= Function (biology) =

Reason for a change under natural selection; in physiology, what a system does

In evolutionary biology, function is the reason some object or process occurred in a system that evolved through natural selection. That reason is typically that it achieves some result, such as that chlorophyll helps to capture the energy of sunlight in photosynthesis. Hence, the organism that contains it is more likely to survive and reproduce, in other words the function increases the organism's fitness. A characteristic that assists in evolution is called an adaptation; other characteristics may be non-functional spandrels, though these in turn may later be co-opted by evolution to serve new functions.

In biology, function has been defined in many ways. In physiology, it is simply what an organ, tissue, cell or molecule does.

In the philosophy of biology, talk of function inevitably suggests some kind of teleological purpose, even though natural selection operates without any goal for the future.

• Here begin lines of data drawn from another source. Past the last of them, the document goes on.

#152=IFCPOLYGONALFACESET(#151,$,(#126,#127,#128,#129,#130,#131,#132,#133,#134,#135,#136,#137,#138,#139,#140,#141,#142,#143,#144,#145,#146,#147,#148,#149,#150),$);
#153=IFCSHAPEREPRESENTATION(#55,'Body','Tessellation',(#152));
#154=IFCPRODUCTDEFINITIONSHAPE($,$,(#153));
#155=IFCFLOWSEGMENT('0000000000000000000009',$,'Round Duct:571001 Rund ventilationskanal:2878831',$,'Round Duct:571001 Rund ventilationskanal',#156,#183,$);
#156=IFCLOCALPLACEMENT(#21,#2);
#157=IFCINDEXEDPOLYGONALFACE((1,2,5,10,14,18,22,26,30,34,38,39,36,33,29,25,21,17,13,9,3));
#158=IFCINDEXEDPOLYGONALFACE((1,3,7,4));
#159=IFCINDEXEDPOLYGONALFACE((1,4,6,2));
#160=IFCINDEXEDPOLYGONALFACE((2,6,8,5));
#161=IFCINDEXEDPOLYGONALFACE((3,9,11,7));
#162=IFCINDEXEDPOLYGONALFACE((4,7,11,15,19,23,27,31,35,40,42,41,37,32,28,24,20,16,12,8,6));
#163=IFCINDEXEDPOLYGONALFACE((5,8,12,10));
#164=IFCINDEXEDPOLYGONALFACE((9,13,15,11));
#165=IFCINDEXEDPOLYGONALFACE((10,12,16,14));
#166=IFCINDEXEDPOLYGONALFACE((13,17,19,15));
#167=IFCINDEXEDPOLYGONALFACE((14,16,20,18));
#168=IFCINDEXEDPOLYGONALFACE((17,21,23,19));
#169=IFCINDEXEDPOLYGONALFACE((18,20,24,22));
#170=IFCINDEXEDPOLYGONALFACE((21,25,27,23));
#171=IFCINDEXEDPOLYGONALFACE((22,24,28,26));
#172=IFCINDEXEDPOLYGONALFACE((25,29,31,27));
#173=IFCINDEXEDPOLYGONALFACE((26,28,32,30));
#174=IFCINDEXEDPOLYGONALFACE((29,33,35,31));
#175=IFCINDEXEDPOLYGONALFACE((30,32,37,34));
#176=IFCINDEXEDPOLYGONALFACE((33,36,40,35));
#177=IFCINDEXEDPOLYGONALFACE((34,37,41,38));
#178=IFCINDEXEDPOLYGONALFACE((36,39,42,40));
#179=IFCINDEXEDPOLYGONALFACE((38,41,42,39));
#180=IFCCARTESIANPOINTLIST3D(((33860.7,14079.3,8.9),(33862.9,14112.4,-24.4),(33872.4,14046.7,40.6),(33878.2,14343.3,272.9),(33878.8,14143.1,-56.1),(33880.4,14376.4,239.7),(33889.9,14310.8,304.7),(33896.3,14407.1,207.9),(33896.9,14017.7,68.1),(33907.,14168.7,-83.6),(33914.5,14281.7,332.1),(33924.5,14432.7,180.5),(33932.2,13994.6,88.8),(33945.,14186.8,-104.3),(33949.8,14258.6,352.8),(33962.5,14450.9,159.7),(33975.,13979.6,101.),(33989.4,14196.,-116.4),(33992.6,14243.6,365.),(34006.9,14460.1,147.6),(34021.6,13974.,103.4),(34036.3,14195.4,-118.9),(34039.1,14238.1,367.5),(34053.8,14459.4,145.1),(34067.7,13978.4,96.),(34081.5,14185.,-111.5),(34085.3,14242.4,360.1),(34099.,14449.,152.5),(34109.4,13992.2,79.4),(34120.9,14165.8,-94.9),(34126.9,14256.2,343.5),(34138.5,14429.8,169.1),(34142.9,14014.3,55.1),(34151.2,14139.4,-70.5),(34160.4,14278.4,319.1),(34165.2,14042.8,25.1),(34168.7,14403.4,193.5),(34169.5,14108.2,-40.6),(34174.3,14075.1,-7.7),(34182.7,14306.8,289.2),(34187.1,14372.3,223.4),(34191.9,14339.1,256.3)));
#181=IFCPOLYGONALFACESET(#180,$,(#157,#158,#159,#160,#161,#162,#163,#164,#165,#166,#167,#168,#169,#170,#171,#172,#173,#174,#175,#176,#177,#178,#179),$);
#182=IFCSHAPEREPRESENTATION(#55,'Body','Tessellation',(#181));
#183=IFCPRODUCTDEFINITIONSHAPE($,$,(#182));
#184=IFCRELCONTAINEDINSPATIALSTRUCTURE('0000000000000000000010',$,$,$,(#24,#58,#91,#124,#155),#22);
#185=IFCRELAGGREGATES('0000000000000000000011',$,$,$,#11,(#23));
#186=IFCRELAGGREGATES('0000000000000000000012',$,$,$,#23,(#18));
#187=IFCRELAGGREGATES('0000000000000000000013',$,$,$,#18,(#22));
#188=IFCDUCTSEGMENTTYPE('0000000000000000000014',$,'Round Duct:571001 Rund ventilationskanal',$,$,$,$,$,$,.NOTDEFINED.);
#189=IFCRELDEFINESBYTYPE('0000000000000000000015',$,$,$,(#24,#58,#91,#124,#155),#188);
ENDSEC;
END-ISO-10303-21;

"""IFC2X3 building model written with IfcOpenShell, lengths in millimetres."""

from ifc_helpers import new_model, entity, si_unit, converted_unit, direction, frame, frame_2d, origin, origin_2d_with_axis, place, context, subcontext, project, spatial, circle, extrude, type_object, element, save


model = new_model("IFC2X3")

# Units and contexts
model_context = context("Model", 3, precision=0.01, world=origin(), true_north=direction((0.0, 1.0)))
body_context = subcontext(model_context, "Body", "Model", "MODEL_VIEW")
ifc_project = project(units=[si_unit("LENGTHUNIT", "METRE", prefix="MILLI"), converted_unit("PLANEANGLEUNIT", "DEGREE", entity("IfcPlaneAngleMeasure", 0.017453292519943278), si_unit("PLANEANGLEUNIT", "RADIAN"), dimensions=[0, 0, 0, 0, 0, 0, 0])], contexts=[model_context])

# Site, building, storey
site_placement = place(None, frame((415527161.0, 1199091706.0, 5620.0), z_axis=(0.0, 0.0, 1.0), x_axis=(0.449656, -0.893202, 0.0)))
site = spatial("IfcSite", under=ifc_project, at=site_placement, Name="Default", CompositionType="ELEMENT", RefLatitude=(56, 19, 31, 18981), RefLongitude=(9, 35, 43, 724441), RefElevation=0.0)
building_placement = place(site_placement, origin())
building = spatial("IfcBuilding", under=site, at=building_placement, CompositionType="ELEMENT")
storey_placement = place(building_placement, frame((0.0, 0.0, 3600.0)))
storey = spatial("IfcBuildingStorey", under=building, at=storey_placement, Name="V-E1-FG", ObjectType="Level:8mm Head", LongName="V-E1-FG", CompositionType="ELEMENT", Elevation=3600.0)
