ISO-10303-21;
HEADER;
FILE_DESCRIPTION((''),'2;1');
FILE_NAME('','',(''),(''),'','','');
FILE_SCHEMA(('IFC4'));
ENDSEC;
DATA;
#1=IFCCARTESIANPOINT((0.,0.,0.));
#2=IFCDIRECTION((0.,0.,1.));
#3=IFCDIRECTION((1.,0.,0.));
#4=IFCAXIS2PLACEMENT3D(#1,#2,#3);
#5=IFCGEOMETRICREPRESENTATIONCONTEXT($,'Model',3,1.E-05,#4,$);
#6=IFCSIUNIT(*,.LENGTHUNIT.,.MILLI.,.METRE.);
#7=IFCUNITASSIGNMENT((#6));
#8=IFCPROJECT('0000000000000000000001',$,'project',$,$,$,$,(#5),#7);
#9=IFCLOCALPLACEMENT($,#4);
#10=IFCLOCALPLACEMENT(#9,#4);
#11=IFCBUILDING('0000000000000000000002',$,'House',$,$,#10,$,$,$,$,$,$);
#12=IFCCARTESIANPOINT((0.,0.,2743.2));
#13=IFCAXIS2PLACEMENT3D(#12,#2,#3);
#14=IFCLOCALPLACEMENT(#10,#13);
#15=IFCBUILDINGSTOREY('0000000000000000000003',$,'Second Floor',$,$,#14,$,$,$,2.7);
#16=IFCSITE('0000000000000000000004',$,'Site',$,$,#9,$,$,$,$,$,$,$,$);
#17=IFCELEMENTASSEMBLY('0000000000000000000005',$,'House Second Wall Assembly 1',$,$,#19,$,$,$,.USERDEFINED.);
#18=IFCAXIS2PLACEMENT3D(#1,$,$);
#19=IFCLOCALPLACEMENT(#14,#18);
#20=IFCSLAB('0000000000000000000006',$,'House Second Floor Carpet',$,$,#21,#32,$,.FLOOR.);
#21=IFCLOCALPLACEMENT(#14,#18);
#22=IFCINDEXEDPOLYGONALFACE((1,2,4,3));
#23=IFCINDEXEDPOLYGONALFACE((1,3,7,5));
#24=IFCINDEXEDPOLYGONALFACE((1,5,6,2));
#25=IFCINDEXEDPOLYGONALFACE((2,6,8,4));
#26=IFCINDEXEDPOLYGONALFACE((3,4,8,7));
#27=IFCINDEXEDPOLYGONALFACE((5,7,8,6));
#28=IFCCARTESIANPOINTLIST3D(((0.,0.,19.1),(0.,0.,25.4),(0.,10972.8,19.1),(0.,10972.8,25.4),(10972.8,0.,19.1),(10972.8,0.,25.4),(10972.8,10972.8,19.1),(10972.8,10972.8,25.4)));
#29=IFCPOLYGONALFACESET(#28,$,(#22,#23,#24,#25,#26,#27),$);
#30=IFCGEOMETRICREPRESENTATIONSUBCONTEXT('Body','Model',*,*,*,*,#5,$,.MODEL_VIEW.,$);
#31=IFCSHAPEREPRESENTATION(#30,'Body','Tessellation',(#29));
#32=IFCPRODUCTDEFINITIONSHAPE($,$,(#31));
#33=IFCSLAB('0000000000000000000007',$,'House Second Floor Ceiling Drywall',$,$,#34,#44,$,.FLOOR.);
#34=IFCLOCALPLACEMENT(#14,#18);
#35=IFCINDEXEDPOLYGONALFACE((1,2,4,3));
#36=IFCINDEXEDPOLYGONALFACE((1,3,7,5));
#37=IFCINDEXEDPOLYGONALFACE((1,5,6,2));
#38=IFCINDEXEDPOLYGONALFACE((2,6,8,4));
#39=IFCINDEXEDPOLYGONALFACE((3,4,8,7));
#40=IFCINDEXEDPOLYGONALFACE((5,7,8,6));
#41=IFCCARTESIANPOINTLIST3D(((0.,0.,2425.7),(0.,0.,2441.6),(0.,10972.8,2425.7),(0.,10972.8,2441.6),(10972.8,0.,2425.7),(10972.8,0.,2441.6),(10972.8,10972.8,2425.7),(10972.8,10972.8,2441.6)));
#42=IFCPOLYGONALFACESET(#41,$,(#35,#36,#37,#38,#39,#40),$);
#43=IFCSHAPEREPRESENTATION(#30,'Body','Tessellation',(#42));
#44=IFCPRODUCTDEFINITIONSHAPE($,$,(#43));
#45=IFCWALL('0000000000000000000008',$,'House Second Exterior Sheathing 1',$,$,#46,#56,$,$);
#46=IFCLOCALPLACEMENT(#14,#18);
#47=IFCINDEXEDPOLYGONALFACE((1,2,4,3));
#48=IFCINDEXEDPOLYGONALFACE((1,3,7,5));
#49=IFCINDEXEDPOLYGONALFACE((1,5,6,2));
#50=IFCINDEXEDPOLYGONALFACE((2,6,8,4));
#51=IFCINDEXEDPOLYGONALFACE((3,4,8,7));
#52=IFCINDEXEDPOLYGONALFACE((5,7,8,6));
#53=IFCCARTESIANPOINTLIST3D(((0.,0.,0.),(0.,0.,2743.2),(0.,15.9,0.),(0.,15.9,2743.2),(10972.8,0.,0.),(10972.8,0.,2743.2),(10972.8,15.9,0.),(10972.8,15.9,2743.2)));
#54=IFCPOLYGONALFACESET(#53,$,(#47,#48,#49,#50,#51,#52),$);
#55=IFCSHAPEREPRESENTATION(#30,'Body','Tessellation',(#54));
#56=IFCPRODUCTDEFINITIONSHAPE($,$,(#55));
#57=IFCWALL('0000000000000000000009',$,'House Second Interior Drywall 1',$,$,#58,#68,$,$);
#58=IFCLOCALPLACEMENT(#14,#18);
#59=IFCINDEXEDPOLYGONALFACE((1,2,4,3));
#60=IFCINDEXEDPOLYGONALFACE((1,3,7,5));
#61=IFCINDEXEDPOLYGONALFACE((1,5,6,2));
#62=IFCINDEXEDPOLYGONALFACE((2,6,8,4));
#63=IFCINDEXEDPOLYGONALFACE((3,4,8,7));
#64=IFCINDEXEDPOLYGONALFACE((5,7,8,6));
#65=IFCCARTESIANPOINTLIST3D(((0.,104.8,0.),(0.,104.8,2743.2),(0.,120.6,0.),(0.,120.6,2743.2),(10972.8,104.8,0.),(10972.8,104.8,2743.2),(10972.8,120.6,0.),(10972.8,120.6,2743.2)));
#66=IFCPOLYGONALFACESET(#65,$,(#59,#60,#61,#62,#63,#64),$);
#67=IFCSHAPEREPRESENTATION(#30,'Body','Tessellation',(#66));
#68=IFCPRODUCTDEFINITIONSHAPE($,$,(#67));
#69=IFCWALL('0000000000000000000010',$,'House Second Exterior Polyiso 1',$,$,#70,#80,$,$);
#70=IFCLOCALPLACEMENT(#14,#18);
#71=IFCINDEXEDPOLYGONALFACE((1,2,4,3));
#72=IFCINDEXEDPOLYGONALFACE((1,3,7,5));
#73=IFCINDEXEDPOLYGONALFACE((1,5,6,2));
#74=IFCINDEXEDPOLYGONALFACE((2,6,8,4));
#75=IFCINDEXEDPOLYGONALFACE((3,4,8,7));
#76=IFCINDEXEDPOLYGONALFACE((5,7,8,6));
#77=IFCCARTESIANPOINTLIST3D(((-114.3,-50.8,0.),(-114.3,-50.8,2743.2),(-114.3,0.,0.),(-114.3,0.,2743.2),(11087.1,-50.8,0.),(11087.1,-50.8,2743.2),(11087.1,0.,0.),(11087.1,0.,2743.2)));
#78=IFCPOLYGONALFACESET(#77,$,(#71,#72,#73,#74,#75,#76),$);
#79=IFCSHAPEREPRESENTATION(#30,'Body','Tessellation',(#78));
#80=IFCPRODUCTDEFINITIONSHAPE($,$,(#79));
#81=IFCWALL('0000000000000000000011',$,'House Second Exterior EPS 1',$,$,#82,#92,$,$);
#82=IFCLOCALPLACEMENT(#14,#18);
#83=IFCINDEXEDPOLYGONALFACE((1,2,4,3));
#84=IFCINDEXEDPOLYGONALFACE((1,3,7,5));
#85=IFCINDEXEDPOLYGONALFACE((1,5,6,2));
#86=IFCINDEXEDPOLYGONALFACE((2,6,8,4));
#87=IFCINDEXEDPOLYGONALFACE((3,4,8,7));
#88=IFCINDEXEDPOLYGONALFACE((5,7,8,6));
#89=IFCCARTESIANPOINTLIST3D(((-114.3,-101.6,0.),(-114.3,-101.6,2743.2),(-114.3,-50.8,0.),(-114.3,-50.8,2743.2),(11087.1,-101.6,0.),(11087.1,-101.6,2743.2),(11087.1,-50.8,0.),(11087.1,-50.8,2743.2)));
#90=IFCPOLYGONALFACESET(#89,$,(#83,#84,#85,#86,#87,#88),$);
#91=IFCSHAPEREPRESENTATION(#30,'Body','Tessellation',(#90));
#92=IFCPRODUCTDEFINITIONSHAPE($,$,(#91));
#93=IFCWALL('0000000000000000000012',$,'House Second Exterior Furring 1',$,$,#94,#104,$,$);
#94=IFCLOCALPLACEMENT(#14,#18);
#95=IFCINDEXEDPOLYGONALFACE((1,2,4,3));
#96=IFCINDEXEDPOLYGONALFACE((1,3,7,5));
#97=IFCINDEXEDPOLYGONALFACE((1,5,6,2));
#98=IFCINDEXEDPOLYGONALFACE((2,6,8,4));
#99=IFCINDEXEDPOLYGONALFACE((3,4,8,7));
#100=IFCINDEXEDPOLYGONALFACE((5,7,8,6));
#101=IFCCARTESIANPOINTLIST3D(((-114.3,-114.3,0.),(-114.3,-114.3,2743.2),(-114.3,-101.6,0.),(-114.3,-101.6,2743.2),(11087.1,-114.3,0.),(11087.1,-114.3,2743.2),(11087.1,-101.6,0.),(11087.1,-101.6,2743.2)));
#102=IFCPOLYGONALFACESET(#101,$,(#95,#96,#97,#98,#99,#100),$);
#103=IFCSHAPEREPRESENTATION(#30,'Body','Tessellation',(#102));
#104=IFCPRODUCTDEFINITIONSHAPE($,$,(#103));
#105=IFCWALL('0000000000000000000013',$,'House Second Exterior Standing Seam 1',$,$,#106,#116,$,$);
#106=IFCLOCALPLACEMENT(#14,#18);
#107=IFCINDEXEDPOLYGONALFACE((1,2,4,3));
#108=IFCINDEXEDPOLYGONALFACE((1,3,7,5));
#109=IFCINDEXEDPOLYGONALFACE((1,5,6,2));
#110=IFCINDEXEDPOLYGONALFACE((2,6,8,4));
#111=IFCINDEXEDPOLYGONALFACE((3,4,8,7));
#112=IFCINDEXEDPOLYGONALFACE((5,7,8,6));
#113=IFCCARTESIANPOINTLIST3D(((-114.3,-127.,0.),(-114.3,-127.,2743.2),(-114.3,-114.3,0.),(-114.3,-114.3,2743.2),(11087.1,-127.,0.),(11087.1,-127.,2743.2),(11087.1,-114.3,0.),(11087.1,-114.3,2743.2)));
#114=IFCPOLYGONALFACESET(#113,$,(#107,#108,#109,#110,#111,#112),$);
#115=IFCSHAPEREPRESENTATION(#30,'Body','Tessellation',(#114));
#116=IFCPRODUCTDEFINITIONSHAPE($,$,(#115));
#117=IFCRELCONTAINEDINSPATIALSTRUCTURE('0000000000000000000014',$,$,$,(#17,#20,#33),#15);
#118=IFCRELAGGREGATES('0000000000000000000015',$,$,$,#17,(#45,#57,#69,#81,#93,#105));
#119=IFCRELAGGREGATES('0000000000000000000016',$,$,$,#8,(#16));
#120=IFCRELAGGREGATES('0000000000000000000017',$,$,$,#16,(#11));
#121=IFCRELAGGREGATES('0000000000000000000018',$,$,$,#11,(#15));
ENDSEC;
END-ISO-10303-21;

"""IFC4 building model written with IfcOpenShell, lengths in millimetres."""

from ifc_helpers import new_model, si_unit, frame, origin_with_axes, place, context, subcontext, project, spatial, indexed_curve, outline, extrude, element, aggregate, save


model = new_model("IFC4")

# Units and contexts
model_context = context("Model", 3, precision=1e-05, world=origin_with_axes())
body_context = subcontext(model_context, "Body", "Model", "MODEL_VIEW")
ifc_project = project(units=[si_unit("LENGTHUNIT", "METRE", prefix="MILLI")], contexts=[model_context])

# Site, building, storey
site_placement = place(None, origin_with_axes())
site = spatial("IfcSite", under=ifc_project, at=site_placement, Name="Site")
building_placement = place(site_placement, origin_with_axes())
building = spatial("IfcBuilding", under=site, at=building_placement, Name="House")
storey_placement = place(building_placement, frame((0.0, 0.0, 2743.2), z_axis=(0.0, 0.0, 1.0), x_axis=(1.0, 0.0, 0.0)))
storey = spatial("IfcBuildingStorey", under=building, at=storey_placement, Name="Second Floor", Elevation=2.7)

# Element assembly
assembly_1_placement = place(storey_placement, frame((0.0, 0.0, -2743.2), z_axis=(0.0, 0.0, 1.0), x_axis=(1.0, 0.0, 0.0)))
assembly_1 = element("IfcElementAssembly", 1, at=assembly_1_placement, inside=storey, Name="House Second Wall Assembly 1", PredefinedType="USERDEFINED")

# Slabs
slab_1_placement = place(storey_placement, frame((0.0, 0.0, 19.1), z_axis=(0.0, 0.0, 1.0), x_axis=(1.0, 0.0, 0.0)))
element("IfcSlab", 2, at=slab_1_placement, inside=storey, Name="House Second Floor Carpet", PredefinedType="FLOOR", context=body_context, shape_type="SweptSolid", body=[
    extrude(outline(indexed_curve([(0.0, 0.0), (10972.8, 0.0), (10972.8, 10972.8), (0.0, 10972.8), (0.0, 0.0)])), None, (0.0, 0.0, 1.0), 6.3),
])
slab_2_placement = place(storey_placement, frame((0.0, 0.0, 2425.7), z_axis=(0.0, 0.0, 1.0), x_axis=(1.0, 0.0, 0.0)))
element("IfcSlab", 3, at=slab_2_placement, inside=storey, Name="House Second Floor Ceiling Drywall", PredefinedType="FLOOR", context=body_context, shape_type="SweptSolid", body=[
    extrude(outline(indexed_curve([(0.0, 0.0), (10972.8, 0.0), (10972.8, 10972.8), (0.0, 10972.8), (0.0, 0.0)])), None, (0.0, 0.0, 1.0), 15.9),
])

# Walls
wall_1_placement = place(assembly_1_placement, frame((0.0, 0.0, 2743.2), z_axis=(0.0, 0.0, 1.0), x_axis=(1.0, 0.0, 0.0)))
wall_1 = element("IfcWall", 4, at=wall_1_placement, Name="House Second Exterior Sheathing 1", context=body_context, shape_type="SweptSolid", body=[
    extrude(outline(indexed_curve([(0.0, 0.0), (0.0, 15.9), (10972.8, 15.9), (10972.8, 0.0), (0.0, 0.0)], self_intersect=False)), origin_with_axes(), (0.0, 0.0, 1.0), 2743.2),
])
wall_2_placement = place(assembly_1_placement, frame((0.0, 0.0, 2743.2), z_axis=(0.0, 0.0, 1.0), x_axis=(1.0, 0.0, 0.0)))
wall_2 = element("IfcWall", 5, at=wall_2_placement, Name="House Second Interior Drywall 1", context=body_context, shape_type="SweptSolid", body=[
    extrude(outline(indexed_curve([(0.0, 0.0), (0.0, 15.9), (10972.8, 15.9), (10972.8, 0.0), (0.0, 0.0)], self_intersect=False)), frame((0.0, 104.8, 0.0), z_axis=(0.0, 0.0, 1.0), x_axis=(1.0, 0.0, 0.0)), (0.0, 0.0, 1.0), 2743.2),
])
wall_3_placement = place(assembly_1_placement, frame((-114.3, 0.0, 2743.2), z_axis=(0.0, 0.0, 1.0), x_axis=(1.0, 0.0, 0.0)))
wall_3 = element("IfcWall", 6, at=wall_3_placement, Name="House Second Exterior Polyiso 1", context=body_context, shape_type="SweptSolid", body=[
    extrude(outline(indexed_curve([(0.0, 0.0), (0.0, -50.8), (11201.4, -50.8), (11201.4, 0.0), (0.0, 0.0)], self_intersect=False)), origin_with_axes(), (0.0, 0.0, 1.0), 2743.2),
])
wall_4_placement = place(assembly_1_placement, frame((-114.3, 0.0, 2743.2), z_axis=(0.0, 0.0, 1.0), x_axis=(1.0, 0.0, 0.0)))
wall_4 = element("IfcWall", 7, at=wall_4_placement, Name="House Second Exterior EPS 1", context=body_context, shape_type="SweptSolid", body=[
    extrude(outline(indexed_curve([(0.0, 0.0), (0.0, -50.8), (11201.4, -50.8), (11201.4, 0.0), (0.0, 0.0)], self_intersect=False)), frame((0.0, -50.8, 0.0), z_axis=(0.0, 0.0, 1.0), x_axis=(1.0, 0.0, 0.0)), (0.0, 0.0, 1.0), 2743.2),
])
wall_5_placement = place(assembly_1_placement, frame((-114.3, 0.0, 2743.2), z_axis=(0.0, 0.0, 1.0), x_axis=(1.0, 0.0, 0.0)))
wall_5 = element("IfcWall", 8, at=wall_5_placement, Name="House Second Exterior Furring 1", context=body_context, shape_type="SweptSolid", body=[
    extrude(outline(indexed_curve([(0.0, 0.0), (0.0, -12.7), (11201.4, -12.7), (11201.4, 0.0), (0.0, 0.0)], self_intersect=False)), frame((0.0, -101.6, 0.0), z_axis=(0.0, 0.0, 1.0), x_axis=(1.0, 0.0, 0.0)), (0.0, 0.0, 1.0), 2743.2),
])
wall_6_placement = place(assembly_1_placement, frame((-114.3, 0.0, 2743.2), z_axis=(0.0, 0.0, 1.0), x_axis=(1.0, 0.0, 0.0)))
wall_6 = element("IfcWall", 9, at=wall_6_placement, Name="House Second Exterior Standing Seam 1", context=body_context, shape_type="SweptSolid", body=[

All the same, biologists often use teleological language as a shorthand for function. In contemporary philosophy of biology, there are three major accounts of function in the biological world: theories of causal role, selected effect, and goal contribution.

==In pre-evolutionary biology==

In physiology, a function is an activity or process carried out by a system in an organism, such as sensation or locomotion in an animal. This concept of function as opposed to form (respectively Aristotle's ergon and morphê) was central in biological explanations in classical antiquity. In more modern times it formed part of the 1830 Cuvier–Geoffroy debate, where Cuvier argued that an animal's structure was driven by its functional needs, while Geoffroy proposed that each animal's structure was modified from a common plan.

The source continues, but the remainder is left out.